Task –
Of the lines listed below, return exactly those that run from the line containing "from ifc_helpers import" through the line containing "x_axis=(0.898675, 0.438615, 0.0)))", both included.

[Stored items from a collection]
┌──
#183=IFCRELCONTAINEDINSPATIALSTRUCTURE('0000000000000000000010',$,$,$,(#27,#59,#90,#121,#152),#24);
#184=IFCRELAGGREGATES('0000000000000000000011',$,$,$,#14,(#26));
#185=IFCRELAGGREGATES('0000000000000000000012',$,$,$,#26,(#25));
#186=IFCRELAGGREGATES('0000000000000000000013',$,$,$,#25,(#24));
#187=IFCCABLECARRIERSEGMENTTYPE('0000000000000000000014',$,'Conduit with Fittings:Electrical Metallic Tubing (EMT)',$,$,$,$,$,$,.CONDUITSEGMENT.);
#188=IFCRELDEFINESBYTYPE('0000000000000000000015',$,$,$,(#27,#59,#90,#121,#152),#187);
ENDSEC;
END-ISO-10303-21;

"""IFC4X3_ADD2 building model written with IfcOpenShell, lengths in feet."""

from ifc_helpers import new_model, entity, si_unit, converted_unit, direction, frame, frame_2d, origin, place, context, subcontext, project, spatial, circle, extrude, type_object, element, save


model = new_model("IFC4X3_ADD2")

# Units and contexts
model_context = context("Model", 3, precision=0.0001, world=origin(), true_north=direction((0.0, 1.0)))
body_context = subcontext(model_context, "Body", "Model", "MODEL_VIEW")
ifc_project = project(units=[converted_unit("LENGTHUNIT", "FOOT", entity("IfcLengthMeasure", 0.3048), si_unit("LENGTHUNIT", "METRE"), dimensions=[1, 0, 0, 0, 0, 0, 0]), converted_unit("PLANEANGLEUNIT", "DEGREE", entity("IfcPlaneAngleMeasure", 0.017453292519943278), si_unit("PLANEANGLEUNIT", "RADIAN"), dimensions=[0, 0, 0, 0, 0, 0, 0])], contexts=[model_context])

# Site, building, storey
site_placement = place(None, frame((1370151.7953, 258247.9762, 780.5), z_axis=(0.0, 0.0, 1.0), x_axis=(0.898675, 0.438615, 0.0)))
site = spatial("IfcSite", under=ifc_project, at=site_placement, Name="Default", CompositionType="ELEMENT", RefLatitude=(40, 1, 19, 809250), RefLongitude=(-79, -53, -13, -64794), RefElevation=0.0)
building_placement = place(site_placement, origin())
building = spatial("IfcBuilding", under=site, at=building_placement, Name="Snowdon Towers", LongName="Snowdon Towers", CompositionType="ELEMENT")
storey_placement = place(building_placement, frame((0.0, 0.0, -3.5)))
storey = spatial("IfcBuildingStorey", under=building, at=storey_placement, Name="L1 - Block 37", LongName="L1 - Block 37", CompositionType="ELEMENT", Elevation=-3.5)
└──
┌──
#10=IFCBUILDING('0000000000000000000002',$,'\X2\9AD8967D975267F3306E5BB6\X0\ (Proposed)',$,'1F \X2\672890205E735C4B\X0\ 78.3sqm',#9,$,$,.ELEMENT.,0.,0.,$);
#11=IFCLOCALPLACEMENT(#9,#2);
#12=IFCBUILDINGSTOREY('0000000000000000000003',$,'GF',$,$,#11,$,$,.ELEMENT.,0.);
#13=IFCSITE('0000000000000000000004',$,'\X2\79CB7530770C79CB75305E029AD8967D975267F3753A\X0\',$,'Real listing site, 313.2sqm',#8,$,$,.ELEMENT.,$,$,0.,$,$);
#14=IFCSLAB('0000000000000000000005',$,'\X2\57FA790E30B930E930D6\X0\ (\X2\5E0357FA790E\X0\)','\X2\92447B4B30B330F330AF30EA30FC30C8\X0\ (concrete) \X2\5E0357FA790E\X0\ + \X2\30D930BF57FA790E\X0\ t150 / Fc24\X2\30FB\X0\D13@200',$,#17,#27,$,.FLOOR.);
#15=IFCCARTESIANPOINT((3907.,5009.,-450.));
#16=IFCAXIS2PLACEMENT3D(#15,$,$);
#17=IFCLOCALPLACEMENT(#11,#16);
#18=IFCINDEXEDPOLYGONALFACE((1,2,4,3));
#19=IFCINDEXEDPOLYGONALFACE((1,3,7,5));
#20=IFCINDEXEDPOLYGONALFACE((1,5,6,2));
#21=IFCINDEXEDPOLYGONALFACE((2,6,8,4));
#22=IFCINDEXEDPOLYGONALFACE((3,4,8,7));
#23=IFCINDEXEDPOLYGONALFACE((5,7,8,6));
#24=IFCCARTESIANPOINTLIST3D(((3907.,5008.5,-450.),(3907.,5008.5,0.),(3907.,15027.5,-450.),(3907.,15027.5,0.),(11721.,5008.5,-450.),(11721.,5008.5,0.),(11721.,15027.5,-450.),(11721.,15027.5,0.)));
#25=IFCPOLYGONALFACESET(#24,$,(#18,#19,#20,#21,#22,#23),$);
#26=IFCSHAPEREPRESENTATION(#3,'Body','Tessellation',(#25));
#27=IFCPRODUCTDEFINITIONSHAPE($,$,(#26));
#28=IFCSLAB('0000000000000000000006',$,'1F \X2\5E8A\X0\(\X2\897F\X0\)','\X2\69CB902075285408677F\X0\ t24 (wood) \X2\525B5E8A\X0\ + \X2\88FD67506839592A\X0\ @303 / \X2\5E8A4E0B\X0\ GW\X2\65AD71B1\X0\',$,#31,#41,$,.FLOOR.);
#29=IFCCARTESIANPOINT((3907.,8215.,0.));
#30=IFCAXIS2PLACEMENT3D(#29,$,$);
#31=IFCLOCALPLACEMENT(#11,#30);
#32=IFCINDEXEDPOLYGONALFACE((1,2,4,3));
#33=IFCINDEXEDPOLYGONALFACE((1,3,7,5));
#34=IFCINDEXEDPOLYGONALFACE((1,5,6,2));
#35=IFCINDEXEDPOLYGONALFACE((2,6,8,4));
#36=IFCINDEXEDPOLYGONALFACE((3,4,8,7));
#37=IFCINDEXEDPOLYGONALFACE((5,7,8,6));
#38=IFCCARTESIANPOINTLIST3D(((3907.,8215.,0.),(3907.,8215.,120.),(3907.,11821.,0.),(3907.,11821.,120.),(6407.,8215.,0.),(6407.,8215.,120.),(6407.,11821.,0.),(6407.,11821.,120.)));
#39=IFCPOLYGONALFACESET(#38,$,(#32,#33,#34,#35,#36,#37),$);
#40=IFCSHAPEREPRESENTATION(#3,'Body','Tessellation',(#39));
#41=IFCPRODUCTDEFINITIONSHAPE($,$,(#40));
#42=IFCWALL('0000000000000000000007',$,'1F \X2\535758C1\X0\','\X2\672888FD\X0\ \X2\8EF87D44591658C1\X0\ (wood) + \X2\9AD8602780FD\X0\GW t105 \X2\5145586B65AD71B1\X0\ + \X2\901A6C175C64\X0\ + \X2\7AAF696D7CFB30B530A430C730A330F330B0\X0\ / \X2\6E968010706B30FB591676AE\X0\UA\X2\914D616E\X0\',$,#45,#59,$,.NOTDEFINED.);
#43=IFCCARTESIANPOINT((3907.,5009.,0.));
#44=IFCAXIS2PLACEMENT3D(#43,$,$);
└──
Solution –
from ifc_helpers import new_model, entity, si_unit, converted_unit, direction, frame, frame_2d, origin, place, context, subcontext, project, spatial, circle, extrude, type_object, element, save


model = new_model("IFC4X3_ADD2")

# Units and contexts
model_context = context("Model", 3, precision=0.0001, world=origin(), true_north=direction((0.0, 1.0)))
body_context = subcontext(model_context, "Body", "Model", "MODEL_VIEW")
ifc_project = project(units=[converted_unit("LENGTHUNIT", "FOOT", entity("IfcLengthMeasure", 0.3048), si_unit("LENGTHUNIT", "METRE"), dimensions=[1, 0, 0, 0, 0, 0, 0]), converted_unit("PLANEANGLEUNIT", "DEGREE", entity("IfcPlaneAngleMeasure", 0.017453292519943278), si_unit("PLANEANGLEUNIT", "RADIAN"), dimensions=[0, 0, 0, 0, 0, 0, 0])], contexts=[model_context])

# Site, building, storey
site_placement = place(None, frame((1370151.7953, 258247.9762, 780.5), z_axis=(0.0, 0.0, 1.0), x_axis=(0.898675, 0.438615, 0.0)))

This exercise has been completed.